• WORK TO COMPLETE: Go through the records below and copy out every line that contains the word "Task".

• EXTRACTED DATA:

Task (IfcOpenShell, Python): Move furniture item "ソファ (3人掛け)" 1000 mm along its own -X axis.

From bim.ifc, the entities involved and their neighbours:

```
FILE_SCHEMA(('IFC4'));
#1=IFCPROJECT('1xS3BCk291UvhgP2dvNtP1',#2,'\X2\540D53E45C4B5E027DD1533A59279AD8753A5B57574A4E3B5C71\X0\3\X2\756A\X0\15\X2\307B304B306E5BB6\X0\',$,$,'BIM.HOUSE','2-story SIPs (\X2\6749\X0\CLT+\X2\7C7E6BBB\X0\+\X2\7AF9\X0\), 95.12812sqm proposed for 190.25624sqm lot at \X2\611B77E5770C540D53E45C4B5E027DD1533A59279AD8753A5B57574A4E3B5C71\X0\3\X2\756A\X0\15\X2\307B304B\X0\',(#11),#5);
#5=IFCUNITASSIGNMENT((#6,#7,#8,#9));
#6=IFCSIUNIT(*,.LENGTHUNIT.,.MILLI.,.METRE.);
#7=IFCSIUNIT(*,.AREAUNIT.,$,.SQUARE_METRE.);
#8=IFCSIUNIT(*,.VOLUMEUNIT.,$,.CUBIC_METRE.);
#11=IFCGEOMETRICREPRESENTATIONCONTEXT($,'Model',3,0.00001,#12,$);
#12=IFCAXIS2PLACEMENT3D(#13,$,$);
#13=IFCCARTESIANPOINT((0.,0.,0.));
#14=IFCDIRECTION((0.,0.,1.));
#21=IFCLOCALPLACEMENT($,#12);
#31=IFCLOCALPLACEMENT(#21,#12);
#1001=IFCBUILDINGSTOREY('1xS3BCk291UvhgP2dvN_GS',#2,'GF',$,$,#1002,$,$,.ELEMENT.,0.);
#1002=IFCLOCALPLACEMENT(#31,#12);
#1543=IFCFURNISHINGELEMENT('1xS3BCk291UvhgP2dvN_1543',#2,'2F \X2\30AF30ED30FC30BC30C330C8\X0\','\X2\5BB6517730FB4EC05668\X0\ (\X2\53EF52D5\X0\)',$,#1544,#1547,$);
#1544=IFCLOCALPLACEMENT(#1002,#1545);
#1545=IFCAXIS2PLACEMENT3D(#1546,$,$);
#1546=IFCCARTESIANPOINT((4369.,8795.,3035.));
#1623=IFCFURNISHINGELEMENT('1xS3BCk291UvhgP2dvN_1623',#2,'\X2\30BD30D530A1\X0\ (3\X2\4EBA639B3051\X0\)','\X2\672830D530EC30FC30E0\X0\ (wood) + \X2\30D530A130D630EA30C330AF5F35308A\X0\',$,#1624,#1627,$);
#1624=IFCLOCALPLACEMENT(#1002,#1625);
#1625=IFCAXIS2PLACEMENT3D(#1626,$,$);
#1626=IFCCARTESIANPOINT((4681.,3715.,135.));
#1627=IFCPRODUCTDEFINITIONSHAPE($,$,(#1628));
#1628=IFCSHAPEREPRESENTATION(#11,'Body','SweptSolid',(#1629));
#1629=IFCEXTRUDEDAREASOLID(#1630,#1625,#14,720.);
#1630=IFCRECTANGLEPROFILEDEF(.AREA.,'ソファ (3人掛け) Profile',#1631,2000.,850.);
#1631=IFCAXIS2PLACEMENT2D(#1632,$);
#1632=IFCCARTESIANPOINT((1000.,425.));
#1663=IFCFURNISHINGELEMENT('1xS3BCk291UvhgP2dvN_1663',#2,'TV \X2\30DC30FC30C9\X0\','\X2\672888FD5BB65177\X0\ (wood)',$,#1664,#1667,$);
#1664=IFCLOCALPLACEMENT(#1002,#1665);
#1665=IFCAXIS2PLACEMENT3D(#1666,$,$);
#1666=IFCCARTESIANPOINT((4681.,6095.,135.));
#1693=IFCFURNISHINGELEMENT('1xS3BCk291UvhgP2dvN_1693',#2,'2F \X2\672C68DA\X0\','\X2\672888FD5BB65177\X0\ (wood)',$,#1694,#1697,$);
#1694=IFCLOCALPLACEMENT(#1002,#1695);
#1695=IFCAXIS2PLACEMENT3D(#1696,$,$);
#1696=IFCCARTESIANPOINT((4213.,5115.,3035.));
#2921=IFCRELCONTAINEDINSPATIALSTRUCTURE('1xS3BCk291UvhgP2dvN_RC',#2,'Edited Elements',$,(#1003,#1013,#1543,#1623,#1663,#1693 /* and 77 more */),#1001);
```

```python
import ifcopenshell
import ifcopenshell.api.geometry
import ifcopenshell.util.placement

model = ifcopenshell.open("bim.ifc")

item = model.by_id(1623)
matrix = ifcopenshell.util.placement.get_local_placement(item.ObjectPlacement)
matrix[:3, 3] -= matrix[:3, 0] * 1000.0
ifcopenshell.api.geometry.edit_object_placement(model, product=item, matrix=matrix, is_si=False)

print(ifcopenshell.util.placement.get_local_placement(item.ObjectPlacement).round(3) + 0.0)

model.write("bim-out.ifc")
```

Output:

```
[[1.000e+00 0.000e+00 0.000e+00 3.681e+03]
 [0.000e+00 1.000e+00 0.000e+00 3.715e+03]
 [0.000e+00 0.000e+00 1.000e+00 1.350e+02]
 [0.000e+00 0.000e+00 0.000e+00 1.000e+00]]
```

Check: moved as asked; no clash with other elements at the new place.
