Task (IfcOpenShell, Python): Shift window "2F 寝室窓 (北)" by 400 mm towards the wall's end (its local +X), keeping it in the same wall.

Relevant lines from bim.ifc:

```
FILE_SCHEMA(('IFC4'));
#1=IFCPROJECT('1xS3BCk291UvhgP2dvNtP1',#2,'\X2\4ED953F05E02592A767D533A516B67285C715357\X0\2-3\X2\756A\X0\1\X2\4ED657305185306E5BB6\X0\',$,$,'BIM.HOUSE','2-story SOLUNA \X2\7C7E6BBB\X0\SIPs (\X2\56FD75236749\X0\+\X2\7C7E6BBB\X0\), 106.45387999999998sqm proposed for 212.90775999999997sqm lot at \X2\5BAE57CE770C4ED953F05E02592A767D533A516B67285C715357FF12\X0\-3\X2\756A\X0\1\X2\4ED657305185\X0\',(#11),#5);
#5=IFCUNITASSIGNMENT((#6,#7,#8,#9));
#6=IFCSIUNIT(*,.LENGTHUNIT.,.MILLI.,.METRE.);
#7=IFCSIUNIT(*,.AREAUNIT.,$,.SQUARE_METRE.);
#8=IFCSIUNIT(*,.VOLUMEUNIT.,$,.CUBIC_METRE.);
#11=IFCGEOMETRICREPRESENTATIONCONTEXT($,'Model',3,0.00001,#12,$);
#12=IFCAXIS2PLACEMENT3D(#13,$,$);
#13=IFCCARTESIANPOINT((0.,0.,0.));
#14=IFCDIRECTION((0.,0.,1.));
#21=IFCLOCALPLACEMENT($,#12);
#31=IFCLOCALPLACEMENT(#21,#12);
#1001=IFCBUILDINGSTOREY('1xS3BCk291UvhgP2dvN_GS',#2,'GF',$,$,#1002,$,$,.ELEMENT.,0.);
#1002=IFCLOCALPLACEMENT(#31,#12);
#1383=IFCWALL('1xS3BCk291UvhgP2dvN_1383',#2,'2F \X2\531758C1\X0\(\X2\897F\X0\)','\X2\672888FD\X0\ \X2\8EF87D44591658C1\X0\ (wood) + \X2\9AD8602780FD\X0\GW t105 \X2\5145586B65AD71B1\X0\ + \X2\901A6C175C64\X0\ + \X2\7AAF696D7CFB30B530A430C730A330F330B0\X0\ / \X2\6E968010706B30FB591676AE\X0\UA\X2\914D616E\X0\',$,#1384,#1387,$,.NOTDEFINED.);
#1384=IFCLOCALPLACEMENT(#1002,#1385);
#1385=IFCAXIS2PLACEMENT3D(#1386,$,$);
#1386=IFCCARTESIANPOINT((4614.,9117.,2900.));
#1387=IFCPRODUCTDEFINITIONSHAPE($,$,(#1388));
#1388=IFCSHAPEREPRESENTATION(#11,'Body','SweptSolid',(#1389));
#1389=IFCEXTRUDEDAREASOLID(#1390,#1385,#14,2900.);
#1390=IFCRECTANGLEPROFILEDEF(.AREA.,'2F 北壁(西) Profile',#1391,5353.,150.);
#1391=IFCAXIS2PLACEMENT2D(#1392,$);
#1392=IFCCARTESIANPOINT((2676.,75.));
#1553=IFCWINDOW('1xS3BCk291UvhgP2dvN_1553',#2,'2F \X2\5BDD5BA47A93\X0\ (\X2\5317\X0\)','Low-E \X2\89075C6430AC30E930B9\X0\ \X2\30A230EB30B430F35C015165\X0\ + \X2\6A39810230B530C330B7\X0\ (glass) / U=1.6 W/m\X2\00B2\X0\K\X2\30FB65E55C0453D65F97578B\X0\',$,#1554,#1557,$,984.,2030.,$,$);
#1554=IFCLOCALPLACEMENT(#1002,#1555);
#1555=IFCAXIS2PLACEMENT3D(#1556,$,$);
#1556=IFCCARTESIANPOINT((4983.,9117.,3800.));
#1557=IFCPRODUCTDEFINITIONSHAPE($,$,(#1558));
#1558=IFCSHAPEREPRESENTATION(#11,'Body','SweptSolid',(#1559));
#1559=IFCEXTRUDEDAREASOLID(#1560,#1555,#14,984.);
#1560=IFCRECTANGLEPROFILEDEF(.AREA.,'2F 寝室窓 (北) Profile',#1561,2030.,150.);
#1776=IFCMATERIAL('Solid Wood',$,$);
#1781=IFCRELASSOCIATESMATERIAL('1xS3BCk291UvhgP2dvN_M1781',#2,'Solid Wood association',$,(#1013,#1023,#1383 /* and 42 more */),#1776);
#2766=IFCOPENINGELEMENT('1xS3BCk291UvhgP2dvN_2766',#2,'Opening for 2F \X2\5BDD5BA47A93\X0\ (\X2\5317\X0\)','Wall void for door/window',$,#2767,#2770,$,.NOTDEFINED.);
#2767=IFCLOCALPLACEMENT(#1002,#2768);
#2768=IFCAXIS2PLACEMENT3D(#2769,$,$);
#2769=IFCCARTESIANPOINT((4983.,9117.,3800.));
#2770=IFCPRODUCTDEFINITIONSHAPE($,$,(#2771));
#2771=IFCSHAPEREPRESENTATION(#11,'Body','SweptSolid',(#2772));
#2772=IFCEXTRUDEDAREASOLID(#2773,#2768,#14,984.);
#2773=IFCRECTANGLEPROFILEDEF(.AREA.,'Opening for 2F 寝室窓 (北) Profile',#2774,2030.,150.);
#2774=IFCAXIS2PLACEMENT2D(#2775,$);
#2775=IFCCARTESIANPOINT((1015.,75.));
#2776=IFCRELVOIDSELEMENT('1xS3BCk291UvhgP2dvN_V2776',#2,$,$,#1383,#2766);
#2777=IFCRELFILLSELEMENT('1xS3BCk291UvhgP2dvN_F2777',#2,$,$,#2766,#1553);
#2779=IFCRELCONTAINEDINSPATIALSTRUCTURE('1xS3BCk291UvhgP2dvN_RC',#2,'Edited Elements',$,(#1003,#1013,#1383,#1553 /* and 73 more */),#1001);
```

```python
import ifcopenshell
import ifcopenshell.api.geometry
import ifcopenshell.util.placement

model = ifcopenshell.open("bim.ifc")

window = model.by_guid("1xS3BCk291UvhgP2dvN_1553")
opening = window.FillsVoids[0].RelatingOpeningElement
wall = opening.VoidsElements[0].RelatingBuildingElement

wall_matrix = ifcopenshell.util.placement.get_local_placement(wall.ObjectPlacement)
shift = wall_matrix[:3, 0] * 400.0
before = ifcopenshell.util.placement.get_local_placement(window.ObjectPlacement)[:3, 3].copy()

# The window is not placed relative to its opening, so move both.
for product in (opening, window):
    matrix = ifcopenshell.util.placement.get_local_placement(product.ObjectPlacement)
    matrix[:3, 3] += shift
    ifcopenshell.api.geometry.edit_object_placement(model, product=product, matrix=matrix, is_si=False)

after = ifcopenshell.util.placement.get_local_placement(window.ObjectPlacement)[:3, 3]
print("window moved by", (after - before).round(3) + 0.0)

model.write("bim_rev.ifc")
```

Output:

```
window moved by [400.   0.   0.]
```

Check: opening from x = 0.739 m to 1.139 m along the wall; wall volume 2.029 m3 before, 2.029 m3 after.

• RESPONSE TO THE EXERCISE:
Task (IfcOpenShell, Python): Move furniture item "ソファ (3人掛け)" 1000 mm along its own -X axis.
Task (IfcOpenShell, Python): Shift window "2F 寝室窓 (北)" by 400 mm towards the wall's end (its local +X), keeping it in the same wall.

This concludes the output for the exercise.